Purée ! Si je n’avais pas ce travail dans un lieu ou peignait Utrillo et où vécut Léon Bloy, je serais resté là-haut dans la montagne. Revenir à Paris, c’est remettre les pieds dans le marigot à crocodiles en essayant de ne pas se faire happer.

Ecartelé entre l’envie de faire ma petite vie de bonhomme ordinaire et celle d’aller foutre le feu dans les quartiers insensibles. C’est l’été à Paname. Rues vides. Même les spams se font rares. On attend la rentrée qui pourrait être « à risques ». Et puis, au printemps 2018, Macron pourra inviter Cohn-Bendit à l’Elysée pour fêter le 50ème anniversaire du 22 Mars. Il est d’ailleurs question d’inscrire le lancer de pavés au programme des prochains J.O, ce truc dont plus personne ne veut et qui va nous couter une blinde. La grande fête du sport et des BTP réunis. De l’or, du bronze et du béton.On me dit que « cela permettra de réaliser des infrastructures, blablabla… ». On peut pas les réaliser sans se cogner tout ce bordel olympique ?

J’étais si bien à en chier dans la montagne avec mon sac sur le dos. Mais le plaisir est toujours contingenté. Ici, à Paris, j’ai un toit, de l’eau et de l’électricité, quelques bouquins et ce fichu clavier. Mais aussi quelques images qui me hantent.

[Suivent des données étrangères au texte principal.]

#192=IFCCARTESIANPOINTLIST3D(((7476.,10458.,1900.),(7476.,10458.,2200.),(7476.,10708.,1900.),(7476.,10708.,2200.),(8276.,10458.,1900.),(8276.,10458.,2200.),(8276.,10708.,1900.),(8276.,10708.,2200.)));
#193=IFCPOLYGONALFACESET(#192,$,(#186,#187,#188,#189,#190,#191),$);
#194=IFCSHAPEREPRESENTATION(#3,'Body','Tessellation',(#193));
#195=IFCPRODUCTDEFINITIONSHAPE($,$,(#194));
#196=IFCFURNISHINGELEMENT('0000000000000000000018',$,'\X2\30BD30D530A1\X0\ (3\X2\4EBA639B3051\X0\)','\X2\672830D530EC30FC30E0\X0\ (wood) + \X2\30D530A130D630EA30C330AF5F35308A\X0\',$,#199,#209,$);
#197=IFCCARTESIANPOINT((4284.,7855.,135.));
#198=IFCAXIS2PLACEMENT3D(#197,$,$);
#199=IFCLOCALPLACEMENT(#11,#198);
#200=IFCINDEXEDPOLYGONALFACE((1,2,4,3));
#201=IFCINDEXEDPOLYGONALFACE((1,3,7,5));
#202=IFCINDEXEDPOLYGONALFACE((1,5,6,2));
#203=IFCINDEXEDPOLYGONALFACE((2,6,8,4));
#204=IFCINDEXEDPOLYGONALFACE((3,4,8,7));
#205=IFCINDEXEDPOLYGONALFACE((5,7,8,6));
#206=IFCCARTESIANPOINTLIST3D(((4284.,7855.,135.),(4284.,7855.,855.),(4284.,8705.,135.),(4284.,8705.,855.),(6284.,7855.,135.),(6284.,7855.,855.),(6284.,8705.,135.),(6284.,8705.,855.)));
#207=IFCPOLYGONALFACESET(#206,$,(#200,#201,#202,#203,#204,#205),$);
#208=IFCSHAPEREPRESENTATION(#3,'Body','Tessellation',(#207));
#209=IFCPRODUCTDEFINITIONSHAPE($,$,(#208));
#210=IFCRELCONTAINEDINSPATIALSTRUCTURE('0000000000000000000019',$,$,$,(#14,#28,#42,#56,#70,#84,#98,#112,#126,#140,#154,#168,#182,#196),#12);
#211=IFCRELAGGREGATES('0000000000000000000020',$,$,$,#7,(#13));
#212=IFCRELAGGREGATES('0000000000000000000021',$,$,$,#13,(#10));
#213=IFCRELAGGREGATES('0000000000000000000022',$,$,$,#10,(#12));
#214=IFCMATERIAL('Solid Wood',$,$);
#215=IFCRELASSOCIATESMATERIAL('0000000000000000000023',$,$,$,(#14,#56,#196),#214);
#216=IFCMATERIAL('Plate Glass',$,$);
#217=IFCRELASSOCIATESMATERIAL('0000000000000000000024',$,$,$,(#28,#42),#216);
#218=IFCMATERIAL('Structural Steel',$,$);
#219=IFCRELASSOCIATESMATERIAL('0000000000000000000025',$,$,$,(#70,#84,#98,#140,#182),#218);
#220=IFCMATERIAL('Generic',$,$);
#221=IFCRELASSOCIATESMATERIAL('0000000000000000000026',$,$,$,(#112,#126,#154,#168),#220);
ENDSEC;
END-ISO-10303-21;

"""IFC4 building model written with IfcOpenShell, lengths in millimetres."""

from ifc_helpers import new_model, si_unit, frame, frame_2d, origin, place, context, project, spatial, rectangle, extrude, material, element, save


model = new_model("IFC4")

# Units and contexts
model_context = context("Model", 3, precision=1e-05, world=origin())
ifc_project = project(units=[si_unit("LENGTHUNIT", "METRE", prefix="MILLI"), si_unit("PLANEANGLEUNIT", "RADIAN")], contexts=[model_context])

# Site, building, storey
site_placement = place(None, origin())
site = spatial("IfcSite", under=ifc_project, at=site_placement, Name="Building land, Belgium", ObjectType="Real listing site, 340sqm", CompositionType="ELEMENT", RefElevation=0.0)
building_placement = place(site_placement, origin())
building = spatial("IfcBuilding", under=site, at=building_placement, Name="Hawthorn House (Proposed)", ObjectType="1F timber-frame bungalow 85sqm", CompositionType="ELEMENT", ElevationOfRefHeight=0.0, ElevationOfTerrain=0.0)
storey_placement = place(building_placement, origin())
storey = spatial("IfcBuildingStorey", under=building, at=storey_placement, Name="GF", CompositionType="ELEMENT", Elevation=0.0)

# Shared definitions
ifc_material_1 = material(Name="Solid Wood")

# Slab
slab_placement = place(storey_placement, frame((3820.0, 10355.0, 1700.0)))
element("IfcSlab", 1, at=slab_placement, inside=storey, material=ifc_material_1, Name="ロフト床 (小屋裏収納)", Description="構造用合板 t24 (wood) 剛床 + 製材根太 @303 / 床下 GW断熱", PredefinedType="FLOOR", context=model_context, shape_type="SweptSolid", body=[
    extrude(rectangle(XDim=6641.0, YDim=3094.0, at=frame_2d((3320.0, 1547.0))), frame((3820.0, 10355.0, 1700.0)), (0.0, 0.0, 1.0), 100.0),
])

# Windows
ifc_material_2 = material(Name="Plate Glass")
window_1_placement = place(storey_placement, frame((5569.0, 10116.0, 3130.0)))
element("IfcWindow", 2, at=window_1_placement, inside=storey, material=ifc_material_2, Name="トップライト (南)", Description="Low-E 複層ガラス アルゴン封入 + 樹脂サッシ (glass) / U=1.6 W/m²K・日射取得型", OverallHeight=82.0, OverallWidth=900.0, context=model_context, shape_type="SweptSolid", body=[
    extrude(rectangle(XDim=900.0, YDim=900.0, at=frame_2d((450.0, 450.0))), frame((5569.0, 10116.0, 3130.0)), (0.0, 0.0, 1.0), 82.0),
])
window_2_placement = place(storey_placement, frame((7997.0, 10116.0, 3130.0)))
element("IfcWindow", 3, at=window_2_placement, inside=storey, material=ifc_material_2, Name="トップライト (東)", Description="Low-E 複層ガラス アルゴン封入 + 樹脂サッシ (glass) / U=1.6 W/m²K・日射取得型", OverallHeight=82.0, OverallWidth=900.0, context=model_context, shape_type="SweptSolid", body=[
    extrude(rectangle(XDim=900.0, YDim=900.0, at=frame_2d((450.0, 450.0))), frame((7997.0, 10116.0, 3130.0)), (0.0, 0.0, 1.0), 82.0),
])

Et toujours ce vieux rêve d’un monde sans guerre et sans misère, un univers sans militaires, sans connards ambitieux et sans compétition. Utopia. Un autre monde. Ailleurs. Mais en attendant, il faut ramer dans la vase en espérant qu’un improbable sursaut de l’homme rendra un jour la terre plus agréable à vivre. J’en rêve pour mes descendants.